Deshalb habe ich außerhalb von Carmel an einer Tankstelle nach einer Übernachtungsmöglichkeit gefragt und Lennart. der von meinem Trip sehr angetan war, hat mich kurzerhand an Jim vermittelt, der hier wohnt und so hatte ich innerhalb von 5 Minuten einen Zeltplatz in seinem Garten. Jim hat mir Feuerholz gegeben und mir gesagt, ich könne ein Lagerfeuer machen, wenn ich Lust habe.

Nachdem ich mir was gekocht hatte und nach kurzem Überlegen, beschloss ich aber die 6 km zurück nach Carmel zu fahren und in der Mission Ranch einen Wein zu trinken. Nach kurzem Überlegen, ob meine graue Trekkinghose, die ich seit einem halben Jahr trage, und meine Radjacke, dem Upperclass-Dresscode in Carmel entspricht, fuhr ich dann etwas aufgeregt los und kam nach ca. 15 Minuten dort an.

Auf dem Klo habe ich mich dann erstmal etwas gerichtet und dort gleich einen netten Typen kennengelernt – OK ein merkwürdiger Ort jemanden kennenzulernen, aber egal. Ich habe mich dann an die Bar gesetzt, meinen Wein bestellt und hatte nette Unterhaltung, Klaviermusik, etc. Der Pianist, Gennady Loktionov, ein sympathischer Typ, hat übrigens die Musik für „Million Dollar Baby“ arangiert.

Vertieft in mein Gespräch sagt mein Nachbar in einem Nebensatz: „ Da drüben ist Clint“ und tatsächlich stand er am anderen Ende der Bar und hat sich unterhalten. Wow – ich habe mich dann weiter unterhalten und später nochmal rübergeschaut, da war er aber auch schon wieder weg.

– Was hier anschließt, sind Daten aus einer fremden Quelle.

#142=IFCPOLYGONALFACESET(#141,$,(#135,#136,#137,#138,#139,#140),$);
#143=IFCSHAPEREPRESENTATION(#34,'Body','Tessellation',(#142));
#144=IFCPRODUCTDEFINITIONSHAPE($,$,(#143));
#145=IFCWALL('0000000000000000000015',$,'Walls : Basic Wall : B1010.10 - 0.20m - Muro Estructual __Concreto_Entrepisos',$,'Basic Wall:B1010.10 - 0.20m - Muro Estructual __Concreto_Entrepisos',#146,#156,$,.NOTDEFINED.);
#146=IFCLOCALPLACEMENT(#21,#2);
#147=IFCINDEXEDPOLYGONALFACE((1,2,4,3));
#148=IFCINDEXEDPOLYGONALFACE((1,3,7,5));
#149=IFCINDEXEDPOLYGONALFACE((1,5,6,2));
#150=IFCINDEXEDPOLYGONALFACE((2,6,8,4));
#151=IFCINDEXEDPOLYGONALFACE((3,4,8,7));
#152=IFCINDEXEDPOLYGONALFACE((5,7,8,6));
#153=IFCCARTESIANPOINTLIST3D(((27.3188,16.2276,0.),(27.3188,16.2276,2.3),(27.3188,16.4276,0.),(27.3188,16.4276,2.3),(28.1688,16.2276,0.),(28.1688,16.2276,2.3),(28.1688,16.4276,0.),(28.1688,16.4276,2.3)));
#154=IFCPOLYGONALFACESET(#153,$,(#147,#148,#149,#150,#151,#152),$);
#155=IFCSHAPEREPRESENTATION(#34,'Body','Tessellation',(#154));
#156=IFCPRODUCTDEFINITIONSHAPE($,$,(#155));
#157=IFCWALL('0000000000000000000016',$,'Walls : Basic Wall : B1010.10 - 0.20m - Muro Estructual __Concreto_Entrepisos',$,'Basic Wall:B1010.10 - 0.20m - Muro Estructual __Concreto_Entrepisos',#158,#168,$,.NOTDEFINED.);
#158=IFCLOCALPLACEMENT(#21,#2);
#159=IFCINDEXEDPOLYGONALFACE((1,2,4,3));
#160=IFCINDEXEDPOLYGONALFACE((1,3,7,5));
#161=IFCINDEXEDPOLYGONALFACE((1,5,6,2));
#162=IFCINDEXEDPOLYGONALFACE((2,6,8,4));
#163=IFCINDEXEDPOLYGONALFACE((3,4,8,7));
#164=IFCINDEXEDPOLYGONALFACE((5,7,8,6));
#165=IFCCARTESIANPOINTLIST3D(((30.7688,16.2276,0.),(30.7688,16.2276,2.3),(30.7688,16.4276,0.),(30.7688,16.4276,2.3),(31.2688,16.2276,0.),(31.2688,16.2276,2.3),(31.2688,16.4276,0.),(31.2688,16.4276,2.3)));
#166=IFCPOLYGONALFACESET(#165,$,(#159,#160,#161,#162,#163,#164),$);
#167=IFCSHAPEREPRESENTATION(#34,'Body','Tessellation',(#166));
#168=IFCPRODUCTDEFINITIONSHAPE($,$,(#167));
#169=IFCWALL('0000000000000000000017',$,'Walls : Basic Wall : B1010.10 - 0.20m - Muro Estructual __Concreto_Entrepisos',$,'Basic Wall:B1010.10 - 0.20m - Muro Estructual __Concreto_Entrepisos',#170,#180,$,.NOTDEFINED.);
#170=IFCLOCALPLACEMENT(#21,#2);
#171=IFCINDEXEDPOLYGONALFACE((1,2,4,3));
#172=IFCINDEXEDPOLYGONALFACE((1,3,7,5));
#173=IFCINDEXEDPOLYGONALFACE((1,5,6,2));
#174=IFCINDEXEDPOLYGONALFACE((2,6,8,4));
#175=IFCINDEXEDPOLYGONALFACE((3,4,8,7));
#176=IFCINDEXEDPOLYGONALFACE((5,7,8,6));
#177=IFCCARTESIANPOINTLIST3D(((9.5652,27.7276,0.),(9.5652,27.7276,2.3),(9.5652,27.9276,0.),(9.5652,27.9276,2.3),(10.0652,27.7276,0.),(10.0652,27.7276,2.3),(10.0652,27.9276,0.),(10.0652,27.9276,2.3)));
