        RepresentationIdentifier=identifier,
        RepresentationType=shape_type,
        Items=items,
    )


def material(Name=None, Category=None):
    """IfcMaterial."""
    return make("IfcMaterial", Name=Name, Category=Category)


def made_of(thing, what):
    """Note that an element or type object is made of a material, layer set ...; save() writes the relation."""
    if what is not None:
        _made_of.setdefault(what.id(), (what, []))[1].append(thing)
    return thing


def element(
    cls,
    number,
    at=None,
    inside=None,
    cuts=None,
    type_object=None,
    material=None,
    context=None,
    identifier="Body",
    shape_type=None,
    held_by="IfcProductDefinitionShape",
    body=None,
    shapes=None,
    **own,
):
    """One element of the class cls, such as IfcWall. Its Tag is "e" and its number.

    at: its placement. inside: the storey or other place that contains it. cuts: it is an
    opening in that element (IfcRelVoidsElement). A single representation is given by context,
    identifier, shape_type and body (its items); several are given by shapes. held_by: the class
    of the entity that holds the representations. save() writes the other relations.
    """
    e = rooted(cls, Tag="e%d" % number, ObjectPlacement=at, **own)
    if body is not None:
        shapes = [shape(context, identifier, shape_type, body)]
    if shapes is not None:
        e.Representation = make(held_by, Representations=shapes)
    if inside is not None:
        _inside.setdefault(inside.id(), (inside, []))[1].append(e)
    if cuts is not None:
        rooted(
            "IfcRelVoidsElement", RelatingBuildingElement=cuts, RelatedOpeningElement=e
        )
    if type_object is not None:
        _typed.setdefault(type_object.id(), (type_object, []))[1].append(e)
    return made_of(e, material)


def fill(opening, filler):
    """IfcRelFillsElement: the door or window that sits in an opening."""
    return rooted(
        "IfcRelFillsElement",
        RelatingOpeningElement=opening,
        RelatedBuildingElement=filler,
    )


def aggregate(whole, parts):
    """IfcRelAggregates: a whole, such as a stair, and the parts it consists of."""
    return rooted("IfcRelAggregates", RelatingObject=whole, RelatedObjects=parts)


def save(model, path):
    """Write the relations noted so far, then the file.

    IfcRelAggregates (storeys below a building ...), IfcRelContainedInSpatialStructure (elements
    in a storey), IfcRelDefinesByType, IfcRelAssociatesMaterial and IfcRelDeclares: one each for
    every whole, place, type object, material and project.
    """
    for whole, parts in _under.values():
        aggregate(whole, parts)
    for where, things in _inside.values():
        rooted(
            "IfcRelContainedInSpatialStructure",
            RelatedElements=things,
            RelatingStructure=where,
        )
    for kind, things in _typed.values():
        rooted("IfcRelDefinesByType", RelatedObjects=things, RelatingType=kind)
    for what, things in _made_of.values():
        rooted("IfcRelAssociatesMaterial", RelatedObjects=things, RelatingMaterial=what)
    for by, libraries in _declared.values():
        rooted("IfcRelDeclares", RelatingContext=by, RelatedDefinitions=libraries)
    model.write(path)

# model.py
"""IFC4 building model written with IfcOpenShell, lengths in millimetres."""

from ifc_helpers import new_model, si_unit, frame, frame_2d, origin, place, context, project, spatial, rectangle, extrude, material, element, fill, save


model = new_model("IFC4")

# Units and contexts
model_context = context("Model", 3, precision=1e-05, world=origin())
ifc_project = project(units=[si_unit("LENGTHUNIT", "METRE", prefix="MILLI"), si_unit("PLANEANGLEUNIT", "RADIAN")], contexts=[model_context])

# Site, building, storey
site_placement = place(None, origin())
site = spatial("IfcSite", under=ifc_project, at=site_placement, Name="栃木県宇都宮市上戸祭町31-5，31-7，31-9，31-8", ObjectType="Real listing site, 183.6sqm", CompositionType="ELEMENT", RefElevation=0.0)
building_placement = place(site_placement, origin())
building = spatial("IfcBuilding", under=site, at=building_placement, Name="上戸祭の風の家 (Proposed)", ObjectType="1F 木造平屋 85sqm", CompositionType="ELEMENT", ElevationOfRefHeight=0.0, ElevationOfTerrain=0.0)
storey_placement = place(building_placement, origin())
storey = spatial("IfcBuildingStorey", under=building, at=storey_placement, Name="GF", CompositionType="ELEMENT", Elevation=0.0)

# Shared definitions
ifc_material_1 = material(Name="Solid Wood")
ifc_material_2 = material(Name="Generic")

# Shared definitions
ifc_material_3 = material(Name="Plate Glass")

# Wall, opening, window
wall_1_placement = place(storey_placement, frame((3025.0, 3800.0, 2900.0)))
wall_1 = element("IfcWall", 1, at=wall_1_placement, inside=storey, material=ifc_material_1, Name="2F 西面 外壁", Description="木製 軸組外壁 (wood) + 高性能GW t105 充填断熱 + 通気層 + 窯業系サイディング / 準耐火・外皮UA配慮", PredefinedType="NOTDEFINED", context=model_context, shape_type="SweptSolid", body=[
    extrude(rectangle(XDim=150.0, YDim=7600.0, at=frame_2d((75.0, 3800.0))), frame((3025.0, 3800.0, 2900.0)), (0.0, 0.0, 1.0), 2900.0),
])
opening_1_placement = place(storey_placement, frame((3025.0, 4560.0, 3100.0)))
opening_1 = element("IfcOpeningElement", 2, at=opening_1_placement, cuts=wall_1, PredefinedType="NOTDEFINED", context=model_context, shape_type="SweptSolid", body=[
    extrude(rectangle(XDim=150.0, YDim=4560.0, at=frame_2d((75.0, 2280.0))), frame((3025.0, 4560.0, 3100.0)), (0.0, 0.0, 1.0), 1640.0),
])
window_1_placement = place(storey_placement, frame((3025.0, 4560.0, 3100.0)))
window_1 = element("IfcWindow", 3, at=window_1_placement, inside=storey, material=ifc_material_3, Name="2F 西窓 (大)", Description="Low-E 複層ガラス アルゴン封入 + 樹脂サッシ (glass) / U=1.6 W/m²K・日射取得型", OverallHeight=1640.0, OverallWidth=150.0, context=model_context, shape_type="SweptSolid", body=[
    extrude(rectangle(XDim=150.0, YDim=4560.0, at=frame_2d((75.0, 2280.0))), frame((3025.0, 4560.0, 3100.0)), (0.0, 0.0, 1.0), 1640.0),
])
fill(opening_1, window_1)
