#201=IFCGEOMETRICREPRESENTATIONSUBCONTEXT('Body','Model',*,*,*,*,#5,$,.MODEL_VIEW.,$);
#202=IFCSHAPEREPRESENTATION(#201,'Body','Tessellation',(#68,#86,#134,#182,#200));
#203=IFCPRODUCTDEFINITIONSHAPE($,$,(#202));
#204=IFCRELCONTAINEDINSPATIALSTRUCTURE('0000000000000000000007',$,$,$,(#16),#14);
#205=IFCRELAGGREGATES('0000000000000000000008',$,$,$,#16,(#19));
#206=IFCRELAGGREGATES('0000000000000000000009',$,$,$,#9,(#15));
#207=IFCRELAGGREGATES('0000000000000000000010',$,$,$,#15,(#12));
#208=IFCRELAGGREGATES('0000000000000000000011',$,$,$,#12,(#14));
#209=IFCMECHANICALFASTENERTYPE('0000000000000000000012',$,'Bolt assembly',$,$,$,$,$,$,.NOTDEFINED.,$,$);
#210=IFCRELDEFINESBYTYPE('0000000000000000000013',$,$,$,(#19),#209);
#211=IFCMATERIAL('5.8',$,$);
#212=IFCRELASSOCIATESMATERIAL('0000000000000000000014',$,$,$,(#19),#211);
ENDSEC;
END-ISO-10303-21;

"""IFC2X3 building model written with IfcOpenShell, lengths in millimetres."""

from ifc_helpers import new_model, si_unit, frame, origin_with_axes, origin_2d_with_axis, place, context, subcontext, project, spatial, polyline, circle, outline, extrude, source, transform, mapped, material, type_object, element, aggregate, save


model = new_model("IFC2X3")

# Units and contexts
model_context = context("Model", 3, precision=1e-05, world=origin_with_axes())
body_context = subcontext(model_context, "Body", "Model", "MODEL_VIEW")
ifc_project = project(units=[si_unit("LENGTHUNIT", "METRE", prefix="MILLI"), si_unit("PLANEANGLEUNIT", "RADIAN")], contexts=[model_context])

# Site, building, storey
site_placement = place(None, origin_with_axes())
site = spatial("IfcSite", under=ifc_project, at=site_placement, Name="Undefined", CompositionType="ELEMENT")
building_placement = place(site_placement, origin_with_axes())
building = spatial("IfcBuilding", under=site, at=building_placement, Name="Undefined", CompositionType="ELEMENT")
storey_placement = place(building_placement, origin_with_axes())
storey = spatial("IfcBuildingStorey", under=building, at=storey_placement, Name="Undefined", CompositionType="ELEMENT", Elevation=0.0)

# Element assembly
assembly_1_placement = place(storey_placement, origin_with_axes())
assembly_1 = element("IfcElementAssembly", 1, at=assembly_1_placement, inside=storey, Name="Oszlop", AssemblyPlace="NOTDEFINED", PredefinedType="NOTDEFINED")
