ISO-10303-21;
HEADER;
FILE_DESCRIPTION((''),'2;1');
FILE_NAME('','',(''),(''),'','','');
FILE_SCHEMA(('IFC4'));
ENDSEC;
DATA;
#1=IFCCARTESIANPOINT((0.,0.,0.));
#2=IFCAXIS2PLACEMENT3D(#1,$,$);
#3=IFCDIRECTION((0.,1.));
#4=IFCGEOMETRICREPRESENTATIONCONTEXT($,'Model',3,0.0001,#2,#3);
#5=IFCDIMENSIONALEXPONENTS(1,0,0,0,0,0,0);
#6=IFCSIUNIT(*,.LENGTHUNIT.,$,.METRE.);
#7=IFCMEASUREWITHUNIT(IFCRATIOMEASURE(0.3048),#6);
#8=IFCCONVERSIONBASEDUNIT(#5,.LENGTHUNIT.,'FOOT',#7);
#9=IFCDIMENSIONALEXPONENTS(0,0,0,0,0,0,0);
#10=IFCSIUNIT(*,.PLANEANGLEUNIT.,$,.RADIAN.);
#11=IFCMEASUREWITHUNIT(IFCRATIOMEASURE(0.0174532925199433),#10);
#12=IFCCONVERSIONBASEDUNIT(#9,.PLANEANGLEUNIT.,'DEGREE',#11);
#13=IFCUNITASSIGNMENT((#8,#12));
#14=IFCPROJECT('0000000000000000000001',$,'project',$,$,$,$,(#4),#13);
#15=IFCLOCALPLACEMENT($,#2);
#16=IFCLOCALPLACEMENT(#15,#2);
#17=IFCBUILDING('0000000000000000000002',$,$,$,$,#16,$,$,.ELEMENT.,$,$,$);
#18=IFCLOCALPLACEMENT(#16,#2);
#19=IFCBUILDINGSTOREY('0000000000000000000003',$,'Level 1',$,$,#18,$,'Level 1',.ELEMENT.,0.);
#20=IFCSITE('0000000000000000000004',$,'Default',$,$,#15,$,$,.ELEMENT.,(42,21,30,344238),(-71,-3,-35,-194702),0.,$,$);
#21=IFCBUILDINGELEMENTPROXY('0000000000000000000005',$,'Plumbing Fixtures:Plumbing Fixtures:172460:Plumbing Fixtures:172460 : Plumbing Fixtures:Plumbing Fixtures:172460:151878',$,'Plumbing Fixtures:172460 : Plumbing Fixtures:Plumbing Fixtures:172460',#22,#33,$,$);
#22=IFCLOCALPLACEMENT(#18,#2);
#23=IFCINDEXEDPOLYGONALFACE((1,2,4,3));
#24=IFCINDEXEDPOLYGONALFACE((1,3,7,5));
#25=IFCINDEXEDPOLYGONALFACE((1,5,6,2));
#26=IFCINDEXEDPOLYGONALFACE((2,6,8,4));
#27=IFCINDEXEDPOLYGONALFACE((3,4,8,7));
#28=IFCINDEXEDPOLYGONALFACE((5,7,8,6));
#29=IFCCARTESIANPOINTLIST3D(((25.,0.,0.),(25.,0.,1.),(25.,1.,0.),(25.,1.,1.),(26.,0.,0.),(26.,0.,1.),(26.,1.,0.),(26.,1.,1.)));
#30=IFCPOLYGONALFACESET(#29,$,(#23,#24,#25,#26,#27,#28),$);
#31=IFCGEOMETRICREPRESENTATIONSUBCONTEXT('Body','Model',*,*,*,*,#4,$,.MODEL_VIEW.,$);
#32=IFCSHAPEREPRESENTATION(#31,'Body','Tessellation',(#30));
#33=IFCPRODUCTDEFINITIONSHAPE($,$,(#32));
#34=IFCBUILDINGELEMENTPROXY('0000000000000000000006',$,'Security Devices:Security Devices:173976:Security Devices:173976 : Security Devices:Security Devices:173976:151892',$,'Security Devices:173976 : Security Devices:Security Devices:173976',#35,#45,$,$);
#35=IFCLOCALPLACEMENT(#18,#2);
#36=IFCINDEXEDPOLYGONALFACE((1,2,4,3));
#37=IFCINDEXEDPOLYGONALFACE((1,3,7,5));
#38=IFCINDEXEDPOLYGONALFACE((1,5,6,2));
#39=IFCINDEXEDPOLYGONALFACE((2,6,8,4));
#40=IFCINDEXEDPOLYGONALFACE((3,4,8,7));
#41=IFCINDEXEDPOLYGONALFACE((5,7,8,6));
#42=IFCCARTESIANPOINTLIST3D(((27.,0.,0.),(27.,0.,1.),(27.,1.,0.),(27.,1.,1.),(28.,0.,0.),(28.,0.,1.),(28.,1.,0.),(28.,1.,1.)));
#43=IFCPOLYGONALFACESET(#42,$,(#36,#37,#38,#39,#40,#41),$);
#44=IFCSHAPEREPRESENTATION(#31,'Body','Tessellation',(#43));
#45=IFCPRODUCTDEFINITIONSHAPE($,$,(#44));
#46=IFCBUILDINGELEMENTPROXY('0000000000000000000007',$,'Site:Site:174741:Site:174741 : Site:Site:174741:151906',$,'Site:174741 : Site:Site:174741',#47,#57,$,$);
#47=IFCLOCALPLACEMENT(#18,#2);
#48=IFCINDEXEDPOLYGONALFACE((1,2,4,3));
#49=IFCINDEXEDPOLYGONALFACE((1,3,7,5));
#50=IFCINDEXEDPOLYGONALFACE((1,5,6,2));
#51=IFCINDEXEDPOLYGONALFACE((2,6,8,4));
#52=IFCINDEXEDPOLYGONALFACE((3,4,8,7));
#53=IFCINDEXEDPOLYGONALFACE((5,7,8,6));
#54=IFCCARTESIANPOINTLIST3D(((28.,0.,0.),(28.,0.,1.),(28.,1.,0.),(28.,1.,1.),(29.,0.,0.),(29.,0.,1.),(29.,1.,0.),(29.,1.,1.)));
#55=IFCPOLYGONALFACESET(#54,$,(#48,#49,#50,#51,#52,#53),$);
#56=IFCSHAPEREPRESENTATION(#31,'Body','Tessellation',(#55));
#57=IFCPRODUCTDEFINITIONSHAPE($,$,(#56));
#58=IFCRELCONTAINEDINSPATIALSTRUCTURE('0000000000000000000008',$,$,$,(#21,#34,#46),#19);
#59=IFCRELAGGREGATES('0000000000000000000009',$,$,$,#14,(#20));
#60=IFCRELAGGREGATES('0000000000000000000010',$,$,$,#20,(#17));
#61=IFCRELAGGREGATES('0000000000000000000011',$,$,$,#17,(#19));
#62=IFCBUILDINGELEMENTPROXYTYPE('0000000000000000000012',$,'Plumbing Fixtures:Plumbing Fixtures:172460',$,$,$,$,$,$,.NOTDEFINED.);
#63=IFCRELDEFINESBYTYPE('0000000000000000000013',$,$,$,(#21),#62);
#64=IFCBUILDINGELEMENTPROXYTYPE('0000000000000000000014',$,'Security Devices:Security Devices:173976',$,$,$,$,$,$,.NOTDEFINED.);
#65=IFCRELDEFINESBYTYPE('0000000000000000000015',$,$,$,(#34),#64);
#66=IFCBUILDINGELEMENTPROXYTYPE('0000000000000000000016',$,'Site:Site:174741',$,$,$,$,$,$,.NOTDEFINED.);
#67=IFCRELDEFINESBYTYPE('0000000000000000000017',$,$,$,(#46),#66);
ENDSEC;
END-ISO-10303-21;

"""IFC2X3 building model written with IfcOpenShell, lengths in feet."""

from ifc_helpers import new_model, entity, si_unit, converted_unit, direction, frame, origin, origin_2d_with_axis, place, context, subcontext, project, spatial, rectangle, extrude, source, transform, mapped, type_object, type_shapes, element, save


model = new_model("IFC2X3")

# Units and contexts
model_context = context("Model", 3, precision=0.0001, world=origin(), true_north=direction((0.0, 1.0)))
body_context = subcontext(model_context, "Body", "Model", "MODEL_VIEW")
ifc_project = project(units=[converted_unit("LENGTHUNIT", "FOOT", entity("IfcRatioMeasure", 0.3048), si_unit("LENGTHUNIT", "METRE"), dimensions=[1, 0, 0, 0, 0, 0, 0]), converted_unit("PLANEANGLEUNIT", "DEGREE", entity("IfcRatioMeasure", 0.0174532925199433), si_unit("PLANEANGLEUNIT", "RADIAN"), dimensions=[0, 0, 0, 0, 0, 0, 0])], contexts=[model_context])

# Site, building, storey
site_placement = place(None, origin())
site = spatial("IfcSite", under=ifc_project, at=site_placement, Name="Default", CompositionType="ELEMENT", RefLatitude=(42, 21, 30, 344238), RefLongitude=(-71, -3, -35, -194702), RefElevation=0.0)
building_placement = place(site_placement, origin())
building = spatial("IfcBuilding", under=site, at=building_placement, CompositionType="ELEMENT")
storey_placement = place(building_placement, origin())
storey = spatial("IfcBuildingStorey", under=building, at=storey_placement, Name="Level 1", LongName="Level 1", CompositionType="ELEMENT", Elevation=0.0)

# Building element proxies
building_element_proxy_type_1 = type_object("IfcBuildingElementProxyType", Name="Plumbing Fixtures:Plumbing Fixtures:172460", PredefinedType="NOTDEFINED")
shared_shape_1 = source(origin(), body_context, "Body", "SweptSolid", [
    extrude(rectangle(XDim=1.0, YDim=1.0, at=origin_2d_with_axis()), frame((25.5, 0.5, 0.0), z_axis=(0.0, 0.0, 1.0), x_axis=(-1.0, 0.0, 0.0)), (0.0, 0.0, 1.0), 1.0),
])
type_shapes(building_element_proxy_type_1, [shared_shape_1])
proxy_1_placement = place(storey_placement, origin())
element("IfcBuildingElementProxy", 1, at=proxy_1_placement, inside=storey, type_object=building_element_proxy_type_1, Name="Plumbing Fixtures:Plumbing Fixtures:172460:Plumbing Fixtures:172460 : Plumbing Fixtures:Plumbing Fixtures:172460:151878", ObjectType="Plumbing Fixtures:172460 : Plumbing Fixtures:Plumbing Fixtures:172460", context=body_context, shape_type="MappedRepresentation", body=[
    mapped(shared_shape_1, transform((0.0, 0.0, 0.0), scale=1.0)),
])
building_element_proxy_type_2 = type_object("IfcBuildingElementProxyType", Name="Security Devices:Security Devices:173976", PredefinedType="NOTDEFINED")
shared_shape_2 = source(origin(), body_context, "Body", "SweptSolid", [
    extrude(rectangle(XDim=1.0, YDim=1.0, at=origin_2d_with_axis()), frame((27.5, 0.5, 0.0), z_axis=(0.0, 0.0, 1.0), x_axis=(-1.0, 0.0, 0.0)), (0.0, 0.0, 1.0), 1.0),
])
type_shapes(building_element_proxy_type_2, [shared_shape_2])
proxy_2_placement = place(storey_placement, origin())
element("IfcBuildingElementProxy", 2, at=proxy_2_placement, inside=storey, type_object=building_element_proxy_type_2, Name="Security Devices:Security Devices:173976:Security Devices:173976 : Security Devices:Security Devices:173976:151892", ObjectType="Security Devices:173976 : Security Devices:Security Devices:173976", context=body_context, shape_type="MappedRepresentation", body=[
    mapped(shared_shape_2, transform((0.0, 0.0, 0.0), scale=1.0)),
])
building_element_proxy_type_3 = type_object("IfcBuildingElementProxyType", Name="Site:Site:174741", PredefinedType="NOTDEFINED")
shared_shape_3 = source(origin(), body_context, "Body", "SweptSolid", [
    extrude(rectangle(XDim=1.0, YDim=1.0, at=origin_2d_with_axis()), frame((28.5, 0.5, 0.0), z_axis=(0.0, 0.0, 1.0), x_axis=(-1.0, 0.0, 0.0)), (0.0, 0.0, 1.0), 1.0),
])
type_shapes(building_element_proxy_type_3, [shared_shape_3])
proxy_3_placement = place(storey_placement, origin())
element("IfcBuildingElementProxy", 3, at=proxy_3_placement, inside=storey, type_object=building_element_proxy_type_3, Name="Site:Site:174741:Site:174741 : Site:Site:174741:151906", ObjectType="Site:174741 : Site:Site:174741", context=body_context, shape_type="MappedRepresentation", body=[
    mapped(shared_shape_3, transform((0.0, 0.0, 0.0), scale=1.0)),
])

save(model, "model.ifc")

Der Abend war sehr lustig, mein Gesprächspartner wurde ans Klavier gebeten, hat noch zwei Lieder zum besten gegeben und die meist älteren Herrschaften haben gepflegt abgegroovt.

Nicht zu spät, bin ich dann gegangen, habe dem Klavierspieler gewunkener zurück gewunken -und bin dann „nach Hause“ zu meiner Nylonvilla gefahren.

Ein netter Abend!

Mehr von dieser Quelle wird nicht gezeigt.